仙盟也办了拍卖场所,欲留住不断西涌的散修继续给他们做苦力。却因管理不善,好几个在拍卖场买了东西的散修一出门便被他们自家弟子堵截,出了几场杀人夺宝的血案。于是散修们照往西方涌来不误,仙盟的拍卖场所全部白办。
而后,有西进的散修被阻拦,与大门派发生直接冲突,又出现折损;另永盛门吞并重光派,拿重光派弟子来填补最末端的苦力需求。
水能载舟,亦能覆舟,一切如我所想。过去世家仙门都当散修为草芥,而今招揽不了、发现竟只能让自己血缘相关的亲信去干那些危险不讨好之事,知道急了,开始乱了。
仙盟内部,正在裂出种种矛盾。是个人都能看出,解决内部矛盾最好的办法是激起外部矛盾。
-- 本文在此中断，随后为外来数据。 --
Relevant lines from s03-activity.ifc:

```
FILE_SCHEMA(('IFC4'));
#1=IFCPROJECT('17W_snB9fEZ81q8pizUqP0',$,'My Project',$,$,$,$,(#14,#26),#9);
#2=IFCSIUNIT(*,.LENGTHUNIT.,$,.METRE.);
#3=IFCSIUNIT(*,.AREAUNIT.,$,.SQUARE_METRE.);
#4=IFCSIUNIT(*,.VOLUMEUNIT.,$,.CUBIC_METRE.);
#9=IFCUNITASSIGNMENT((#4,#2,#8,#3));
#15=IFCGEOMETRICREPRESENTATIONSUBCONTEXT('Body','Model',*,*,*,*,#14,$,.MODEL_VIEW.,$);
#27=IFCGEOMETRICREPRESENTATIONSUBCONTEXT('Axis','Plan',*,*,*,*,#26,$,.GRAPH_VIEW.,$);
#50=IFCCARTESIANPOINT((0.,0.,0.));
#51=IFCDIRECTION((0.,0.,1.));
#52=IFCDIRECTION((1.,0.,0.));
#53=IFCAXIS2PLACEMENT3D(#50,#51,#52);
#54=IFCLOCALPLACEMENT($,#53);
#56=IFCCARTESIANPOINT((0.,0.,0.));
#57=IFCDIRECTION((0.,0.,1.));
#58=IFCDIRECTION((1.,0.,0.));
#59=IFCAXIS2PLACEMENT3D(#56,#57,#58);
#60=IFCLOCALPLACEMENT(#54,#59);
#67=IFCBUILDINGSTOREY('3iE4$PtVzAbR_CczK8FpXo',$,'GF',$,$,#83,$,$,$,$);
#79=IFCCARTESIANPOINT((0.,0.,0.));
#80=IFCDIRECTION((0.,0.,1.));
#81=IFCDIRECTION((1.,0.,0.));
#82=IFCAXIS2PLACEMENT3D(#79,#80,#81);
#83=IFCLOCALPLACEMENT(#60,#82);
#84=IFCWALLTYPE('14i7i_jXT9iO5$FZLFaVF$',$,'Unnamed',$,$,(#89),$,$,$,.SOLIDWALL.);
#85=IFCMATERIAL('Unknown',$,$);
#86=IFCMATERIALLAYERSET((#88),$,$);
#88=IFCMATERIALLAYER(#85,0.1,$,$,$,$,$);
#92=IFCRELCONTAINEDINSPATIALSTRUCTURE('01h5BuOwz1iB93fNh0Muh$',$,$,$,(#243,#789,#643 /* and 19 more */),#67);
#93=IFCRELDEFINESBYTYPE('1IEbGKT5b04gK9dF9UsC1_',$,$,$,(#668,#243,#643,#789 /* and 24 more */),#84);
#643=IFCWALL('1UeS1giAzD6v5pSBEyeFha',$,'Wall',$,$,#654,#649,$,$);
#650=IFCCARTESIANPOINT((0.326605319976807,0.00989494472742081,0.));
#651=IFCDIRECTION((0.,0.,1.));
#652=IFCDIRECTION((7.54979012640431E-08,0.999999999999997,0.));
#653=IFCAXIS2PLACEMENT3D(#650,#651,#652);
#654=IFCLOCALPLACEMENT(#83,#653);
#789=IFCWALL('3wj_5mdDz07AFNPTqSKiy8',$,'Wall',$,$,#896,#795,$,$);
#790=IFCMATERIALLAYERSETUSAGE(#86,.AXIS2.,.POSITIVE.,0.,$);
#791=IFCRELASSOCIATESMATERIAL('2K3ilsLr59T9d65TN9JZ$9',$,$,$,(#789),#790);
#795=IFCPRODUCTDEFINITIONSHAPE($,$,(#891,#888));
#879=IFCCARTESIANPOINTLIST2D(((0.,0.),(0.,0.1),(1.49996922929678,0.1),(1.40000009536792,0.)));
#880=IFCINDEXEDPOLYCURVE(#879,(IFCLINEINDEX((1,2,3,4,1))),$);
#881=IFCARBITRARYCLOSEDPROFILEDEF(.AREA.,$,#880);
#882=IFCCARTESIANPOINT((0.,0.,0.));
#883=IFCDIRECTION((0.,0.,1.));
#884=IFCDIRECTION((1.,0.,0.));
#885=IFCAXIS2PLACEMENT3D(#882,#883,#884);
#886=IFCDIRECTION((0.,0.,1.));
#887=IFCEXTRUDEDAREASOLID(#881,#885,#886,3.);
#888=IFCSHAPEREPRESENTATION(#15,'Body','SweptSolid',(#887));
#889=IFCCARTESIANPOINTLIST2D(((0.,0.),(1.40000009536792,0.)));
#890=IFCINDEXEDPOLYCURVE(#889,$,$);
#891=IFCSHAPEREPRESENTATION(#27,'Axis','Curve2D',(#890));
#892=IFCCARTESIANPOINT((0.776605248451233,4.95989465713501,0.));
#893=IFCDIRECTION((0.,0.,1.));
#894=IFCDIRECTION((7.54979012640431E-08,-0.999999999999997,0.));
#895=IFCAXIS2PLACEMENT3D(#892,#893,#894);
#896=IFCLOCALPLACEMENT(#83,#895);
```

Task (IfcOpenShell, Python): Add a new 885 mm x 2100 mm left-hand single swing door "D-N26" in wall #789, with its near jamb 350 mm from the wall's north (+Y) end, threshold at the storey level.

```python
import numpy as np
import ifcopenshell
import ifcopenshell.api.feature
import ifcopenshell.api.geometry
import ifcopenshell.api.root
import ifcopenshell.api.spatial
import ifcopenshell.geom
import ifcopenshell.util.element
import ifcopenshell.util.placement
import ifcopenshell.util.representation
import ifcopenshell.util.shape
import ifcopenshell.util.unit

model = ifcopenshell.open("s03-activity.ifc")
unit_scale = ifcopenshell.util.unit.calculate_unit_scale(model)
settings = ifcopenshell.geom.settings()


def volume(element):
    """Net volume in cubic metres, openings subtracted."""
    shape = ifcopenshell.geom.create_shape(settings, element)
    return ifcopenshell.util.shape.get_volume(shape.geometry)


wall = model.by_guid("3wj_5mdDz07AFNPTqSKiy8")
storey = ifcopenshell.util.element.get_container(wall, ifc_class="IfcBuildingStorey")
context = ifcopenshell.util.representation.get_context(model, "Model", "Body", "MODEL_VIEW")
before = volume(wall)

width, height, from_end, sill = 0.885, 2.1, 0.35, 0.0  # metres

# The wall runs along its own X axis, and the end named is its -X end.
wall_shape = ifcopenshell.geom.create_shape(settings, wall)
x, y, z = ifcopenshell.util.shape.get_vertices(wall_shape.geometry).T
start = x.min() + from_end
face, thickness = float(y.min()), float(y.max() - y.min())
wall_matrix = ifcopenshell.util.placement.get_local_placement(wall.ObjectPlacement)
level = ifcopenshell.util.placement.get_local_placement(storey.ObjectPlacement)[2, 3]


def in_wall(x, y):
    """Placement at x, y metres in the wall's axes, at sill height."""
    matrix = wall_matrix.copy()
    matrix[:, 3] = wall_matrix @ np.array([x / unit_scale, y / unit_scale, 0.0, 1.0])
    matrix[2, 3] = level + sill / unit_scale
    return matrix


# Opening: a box that overshoots both wall faces by 50 mm.
opening = ifcopenshell.api.root.create_entity(model, ifc_class="IfcOpeningElement", predefined_type="OPENING")
box = ifcopenshell.api.geometry.add_wall_representation(
    model, context=context, length=width, height=height, thickness=thickness + 0.1
)
ifcopenshell.api.geometry.assign_representation(model, product=opening, representation=box)
ifcopenshell.api.geometry.edit_object_placement(model, product=opening, matrix=in_wall(start, face - 0.05), is_si=False)
ifcopenshell.api.feature.add_feature(model, feature=opening, element=wall)

door = ifcopenshell.api.root.create_entity(model, ifc_class="IfcDoor", name="D-N26", predefined_type="DOOR")
door.OverallWidth, door.OverallHeight = width / unit_scale, height / unit_scale
door.OperationType = "SINGLE_SWING_LEFT"
body = ifcopenshell.api.geometry.add_door_representation(
    model,
    context=context,
    overall_width=door.OverallWidth,
    overall_height=door.OverallHeight,
    operation_type="SINGLE_SWING_LEFT",
    lining_properties={"LiningDepth": thickness / unit_scale, "ThresholdDepth": thickness / unit_scale},
)
ifcopenshell.api.geometry.assign_representation(model, product=door, representation=body)
ifcopenshell.api.spatial.assign_container(model, products=[door], relating_structure=storey)
ifcopenshell.api.feature.add_filling(model, opening=opening, element=door)

# The lining spans the wall, so the door starts at the wall face.
ifcopenshell.api.geometry.edit_object_placement(model, product=door, matrix=in_wall(start, face), is_si=False)

after = volume(wall)

print(f"wall volume {before:.3f} -> {after:.3f} m3")

model.write("s03-activity_rev.ifc")
```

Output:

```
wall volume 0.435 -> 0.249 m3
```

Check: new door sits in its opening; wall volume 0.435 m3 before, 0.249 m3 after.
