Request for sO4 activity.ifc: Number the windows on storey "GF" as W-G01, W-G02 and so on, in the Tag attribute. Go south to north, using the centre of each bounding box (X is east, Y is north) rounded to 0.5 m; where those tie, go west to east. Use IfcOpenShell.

First a look at what the model holds.

```python
import ifcopenshell
import ifcopenshell.util.element
import ifcopenshell.util.placement

model = ifcopenshell.open("sO4 activity.ifc")
print(model.schema)
storey = next(s for s in model.by_type("IfcBuildingStorey") if s.Name == "GF")
windows = [e for e in ifcopenshell.util.element.get_decomposition(storey) if e.is_a("IfcWindow")]
for e in sorted(windows, key=lambda e: e.id()):
    origin = ifcopenshell.util.placement.get_local_placement(e.ObjectPlacement)[:3, 3]
    print(e.id(), e.Tag, e.Name, origin.round(2) + 0.0, sep=" | ")
```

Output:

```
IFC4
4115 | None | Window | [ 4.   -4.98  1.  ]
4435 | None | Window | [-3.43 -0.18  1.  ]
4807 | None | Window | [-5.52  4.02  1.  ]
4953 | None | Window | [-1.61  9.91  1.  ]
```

```python
import ifcopenshell
import ifcopenshell.geom
import ifcopenshell.util.element
import ifcopenshell.util.shape

model = ifcopenshell.open("sO4 activity.ifc")
settings = ifcopenshell.geom.settings()
settings.set("use-world-coords", True)


def centre(element):
    shape = ifcopenshell.geom.create_shape(settings, element)
    return ifcopenshell.util.shape.get_bbox_centroid(shape.geometry)


storey = next(s for s in model.by_type("IfcBuildingStorey") if s.Name == "GF")
windows = [e for e in ifcopenshell.util.element.get_decomposition(storey) if e.is_a("IfcWindow")]

# Insertion points can sit at a corner or the storey origin, so sort by the geometry (in metres).
centres = {e: centre(e) for e in windows}
windows.sort(key=lambda e: (round(centres[e][1] / 0.5), centres[e][0]))

for i, e in enumerate(windows, start=1):
    number = f"W-G{i:02d}"
    e.Tag = number
    print(e.id(), number)

model.write("sO4 activity_updated.ifc")
```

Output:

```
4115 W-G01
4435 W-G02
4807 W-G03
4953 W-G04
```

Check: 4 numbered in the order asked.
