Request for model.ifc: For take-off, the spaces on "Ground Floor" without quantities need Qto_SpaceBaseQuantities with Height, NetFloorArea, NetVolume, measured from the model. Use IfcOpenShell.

First a look at what the model holds.

```python
import ifcopenshell
import ifcopenshell.util.element
import ifcopenshell.util.unit

model = ifcopenshell.open("model.ifc")
print(model.schema)
for unit_type in ("LENGTHUNIT", "AREAUNIT", "VOLUMEUNIT"):
    print(unit_type, ifcopenshell.util.unit.calculate_unit_scale(model, unit_type))
storey = next(s for s in model.by_type("IfcBuildingStorey") if s.Name == "Ground Floor")
spaces = [e for e in ifcopenshell.util.element.get_decomposition(storey) if e.is_a("IfcSpace")]
for e in sorted(spaces, key=lambda e: e.id()):
    print(e.id(), e.is_a(), e.Name, list(ifcopenshell.util.element.get_psets(e, qtos_only=True)), sep=" | ")
```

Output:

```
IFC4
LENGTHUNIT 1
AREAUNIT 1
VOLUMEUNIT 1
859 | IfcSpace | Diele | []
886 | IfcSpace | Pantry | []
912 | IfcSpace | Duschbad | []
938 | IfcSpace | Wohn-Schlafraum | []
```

```python
import ifcopenshell
import ifcopenshell.api.pset
import ifcopenshell.geom
import ifcopenshell.util.element
import ifcopenshell.util.shape
import ifcopenshell.util.unit

model = ifcopenshell.open("model.ifc")
unit_scale = ifcopenshell.util.unit.calculate_unit_scale(model)
area_scale = ifcopenshell.util.unit.calculate_unit_scale(model, "AREAUNIT")
volume_scale = ifcopenshell.util.unit.calculate_unit_scale(model, "VOLUMEUNIT")
settings = ifcopenshell.geom.settings()

storey = next(s for s in model.by_type("IfcBuildingStorey") if s.Name == "Ground Floor")
spaces = [e for e in ifcopenshell.util.element.get_decomposition(storey) if e.is_a("IfcSpace")]

for e in sorted(spaces, key=lambda e: e.id()):
    if ifcopenshell.util.element.get_psets(e, qtos_only=True, should_inherit=False):
        continue
    # Geometry comes back in metres, in the element's own axes.
    shape = ifcopenshell.geom.create_shape(settings, e)
    values = {
        "Height": ifcopenshell.util.shape.get_z(shape.geometry) / unit_scale,
        "NetFloorArea": ifcopenshell.util.shape.get_footprint_area(shape.geometry) / area_scale,
        "NetVolume": ifcopenshell.util.shape.get_volume(shape.geometry) / volume_scale,
    }
    qto = ifcopenshell.api.pset.add_qto(model, product=e, name="Qto_SpaceBaseQuantities")
    ifcopenshell.api.pset.edit_qto(model, qto=qto, properties=values)
    print(e.id(), {k: round(v, 3) for k, v in values.items()})

model.write("model_rev.ifc")
```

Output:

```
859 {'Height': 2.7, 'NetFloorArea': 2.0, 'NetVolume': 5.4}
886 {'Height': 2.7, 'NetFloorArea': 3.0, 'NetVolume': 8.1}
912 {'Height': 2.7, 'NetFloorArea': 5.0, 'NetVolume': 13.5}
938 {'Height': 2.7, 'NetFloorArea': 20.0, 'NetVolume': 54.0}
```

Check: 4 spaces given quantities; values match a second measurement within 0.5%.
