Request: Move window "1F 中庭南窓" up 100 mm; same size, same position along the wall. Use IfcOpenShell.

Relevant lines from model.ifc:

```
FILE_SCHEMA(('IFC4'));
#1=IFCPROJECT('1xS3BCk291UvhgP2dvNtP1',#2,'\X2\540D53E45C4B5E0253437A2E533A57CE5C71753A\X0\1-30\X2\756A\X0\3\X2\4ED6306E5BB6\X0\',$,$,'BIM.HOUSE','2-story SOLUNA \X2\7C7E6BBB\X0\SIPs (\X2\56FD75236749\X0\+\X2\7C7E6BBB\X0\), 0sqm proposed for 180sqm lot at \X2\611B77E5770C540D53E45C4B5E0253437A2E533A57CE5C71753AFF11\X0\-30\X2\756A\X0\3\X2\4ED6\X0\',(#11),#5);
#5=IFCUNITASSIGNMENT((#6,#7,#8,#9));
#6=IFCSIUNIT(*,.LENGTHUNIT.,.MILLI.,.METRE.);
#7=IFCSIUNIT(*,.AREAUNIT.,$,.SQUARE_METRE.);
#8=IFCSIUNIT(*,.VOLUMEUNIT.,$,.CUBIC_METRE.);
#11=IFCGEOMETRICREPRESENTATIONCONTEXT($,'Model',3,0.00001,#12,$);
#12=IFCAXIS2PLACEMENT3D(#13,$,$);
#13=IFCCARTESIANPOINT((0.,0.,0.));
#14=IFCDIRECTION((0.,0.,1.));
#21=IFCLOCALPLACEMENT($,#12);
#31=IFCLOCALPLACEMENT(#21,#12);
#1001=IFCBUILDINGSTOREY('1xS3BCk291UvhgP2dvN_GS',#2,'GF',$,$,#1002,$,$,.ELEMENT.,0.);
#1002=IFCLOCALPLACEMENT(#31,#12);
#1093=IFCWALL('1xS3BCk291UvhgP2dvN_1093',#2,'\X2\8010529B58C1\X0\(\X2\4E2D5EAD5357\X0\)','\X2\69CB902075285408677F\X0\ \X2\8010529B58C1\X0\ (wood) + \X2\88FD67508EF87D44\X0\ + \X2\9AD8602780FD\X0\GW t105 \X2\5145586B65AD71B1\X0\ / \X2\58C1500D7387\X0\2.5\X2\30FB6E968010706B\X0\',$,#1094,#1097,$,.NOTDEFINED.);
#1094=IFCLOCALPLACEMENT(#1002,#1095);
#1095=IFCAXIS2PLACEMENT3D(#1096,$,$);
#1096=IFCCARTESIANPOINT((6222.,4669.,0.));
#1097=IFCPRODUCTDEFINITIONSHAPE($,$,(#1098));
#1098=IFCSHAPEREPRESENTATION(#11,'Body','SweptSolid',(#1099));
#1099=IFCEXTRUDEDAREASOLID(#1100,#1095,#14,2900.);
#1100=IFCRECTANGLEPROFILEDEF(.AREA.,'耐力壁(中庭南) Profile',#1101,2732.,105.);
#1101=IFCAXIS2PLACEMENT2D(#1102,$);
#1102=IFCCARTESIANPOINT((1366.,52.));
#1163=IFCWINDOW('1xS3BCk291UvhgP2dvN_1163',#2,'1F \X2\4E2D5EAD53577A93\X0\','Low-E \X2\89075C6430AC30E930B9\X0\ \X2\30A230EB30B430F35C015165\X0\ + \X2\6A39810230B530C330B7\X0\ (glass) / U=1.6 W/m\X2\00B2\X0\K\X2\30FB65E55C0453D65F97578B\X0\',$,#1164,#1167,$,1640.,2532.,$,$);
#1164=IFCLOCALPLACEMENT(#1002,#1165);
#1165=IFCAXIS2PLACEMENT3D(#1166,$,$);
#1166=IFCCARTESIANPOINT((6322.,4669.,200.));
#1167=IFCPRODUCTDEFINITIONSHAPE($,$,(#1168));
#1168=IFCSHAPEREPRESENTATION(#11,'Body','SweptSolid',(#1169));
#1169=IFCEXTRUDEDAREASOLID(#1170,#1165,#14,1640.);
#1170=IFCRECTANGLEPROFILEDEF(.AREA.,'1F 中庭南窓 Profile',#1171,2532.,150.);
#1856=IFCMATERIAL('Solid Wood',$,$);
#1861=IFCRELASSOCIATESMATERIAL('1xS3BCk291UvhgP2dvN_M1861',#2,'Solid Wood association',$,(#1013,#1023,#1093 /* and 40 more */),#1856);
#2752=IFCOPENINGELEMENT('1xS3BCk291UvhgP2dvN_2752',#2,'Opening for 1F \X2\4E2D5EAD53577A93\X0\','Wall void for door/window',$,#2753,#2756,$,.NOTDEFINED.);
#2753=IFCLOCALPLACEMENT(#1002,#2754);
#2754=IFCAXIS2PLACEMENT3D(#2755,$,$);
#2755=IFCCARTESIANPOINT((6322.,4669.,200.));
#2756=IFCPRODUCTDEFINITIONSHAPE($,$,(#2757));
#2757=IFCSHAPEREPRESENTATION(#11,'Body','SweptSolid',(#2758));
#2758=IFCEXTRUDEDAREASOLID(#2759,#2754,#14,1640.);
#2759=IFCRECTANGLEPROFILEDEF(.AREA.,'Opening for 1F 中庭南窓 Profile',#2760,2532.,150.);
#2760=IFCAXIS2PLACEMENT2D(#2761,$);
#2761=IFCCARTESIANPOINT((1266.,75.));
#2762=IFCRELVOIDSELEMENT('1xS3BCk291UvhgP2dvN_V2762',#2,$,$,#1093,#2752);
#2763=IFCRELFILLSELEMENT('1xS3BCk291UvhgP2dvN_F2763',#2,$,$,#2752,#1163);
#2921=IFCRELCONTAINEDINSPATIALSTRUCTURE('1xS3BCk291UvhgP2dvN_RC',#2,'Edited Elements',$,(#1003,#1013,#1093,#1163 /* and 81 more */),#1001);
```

```python
import numpy as np
import ifcopenshell
import ifcopenshell.api.geometry
import ifcopenshell.util.placement
import ifcopenshell.util.unit

model = ifcopenshell.open("model.ifc")
unit_scale = ifcopenshell.util.unit.calculate_unit_scale(model)

window = model.by_id(1163)
opening = window.FillsVoids[0].RelatingOpeningElement
dz = 100.0

shift = np.array([0.0, 0.0, dz])
# The window is not placed relative to its opening, so move both.
for product in (opening, window):
    matrix = ifcopenshell.util.placement.get_local_placement(product.ObjectPlacement)
    matrix[:3, 3] += shift
    ifcopenshell.api.geometry.edit_object_placement(model, product=product, matrix=matrix, is_si=False)

print(f"moved by {dz * unit_scale:+.3f} m")

model.write("model-out.ifc")
```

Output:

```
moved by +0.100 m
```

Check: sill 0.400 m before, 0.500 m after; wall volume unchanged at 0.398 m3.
因此,就商讨这些消息、制定下步计划,西修真界今日在璇玑殿办下盟宴。我代桓九参加,坐于宴厅右首。
我金丹期,气势不大足,因此宴上直接将天承剑摆上案几,再加上桓九给的那玉牌,如是一镇,气势方才足了。各路仙首魔主向我敬酒,无不谨慎小心。借着师父的力、桓九的威,我才有了稳坐在这右首的资格。
许多人敬我,打头一句:“恭祝沈仙长与魔尊大人重结道侣之喜,愿二位千年好合,共攀大道。”
我也对许多人提笑回敬:“借君吉言。在下必当全力辅佐魔尊,为修真界图谋将来。”
一日下来,不知饮盏多少。饶是用灵力化去许多酒劲,也很昏了。
幸而饮酒并未误事,还是定好了后续计划。一方面各门各派加大对散修的安抚和接收,做好通信和对仙盟行动的防范;另一方面,探知得北海秘境将一月后现世,此处必争,做好一切出击准备。
傍晚,众皆散去,我还在原处坐着,缓不过来。我虽厌恶依靠旁人,此刻却很想有个依靠在身旁,搀着我问我:“怎么?你又是在为思念本君,醉成这样?”
可惜身旁并没有。我只能自行调整片刻,拿剑支着案几起身,去前头向晃成两个影的乐扶苏行礼:“殿主,既已谈妥,在下告辞。圣教中事还很多。”
乐扶苏却问:“沈师侄,方才听你一直在念叨桓九。他未出席,可出了什么事?你们圣教,仿佛最近将他的行踪压得极紧。”
我竟如斯肉麻,喝醉了念他名字?竟自己都没意识到。
我道:“他近日得了道缘,正在魔窟闭关,晋升修为。”
乐扶苏一惊:“我记得他合体中期并未超过一年罢?难道这就要再度晋升?”
当然不是,桓九能恢复中期修为已算万幸。但给乐扶苏说的这理由最好,大不了之后就说此次晋升失败,不会漏出任何破绽,引起不必要麻烦。
我道:“尝试一番而已,成与不成看天意。殿主,我先回了。”
步出璇玑殿宴厅时,我在台阶上跌了两下,又不由回望一眼。我记得上次我同桓九在这厅里与其他小仙门推杯置盏时,他爪子和嘴都极不安分,将我摸了又抱,贴了又亲,就差当众人面将我按在几上,上演一番活色。
后来结侣宴上他倒确把我当众按了,只差上演一番活色。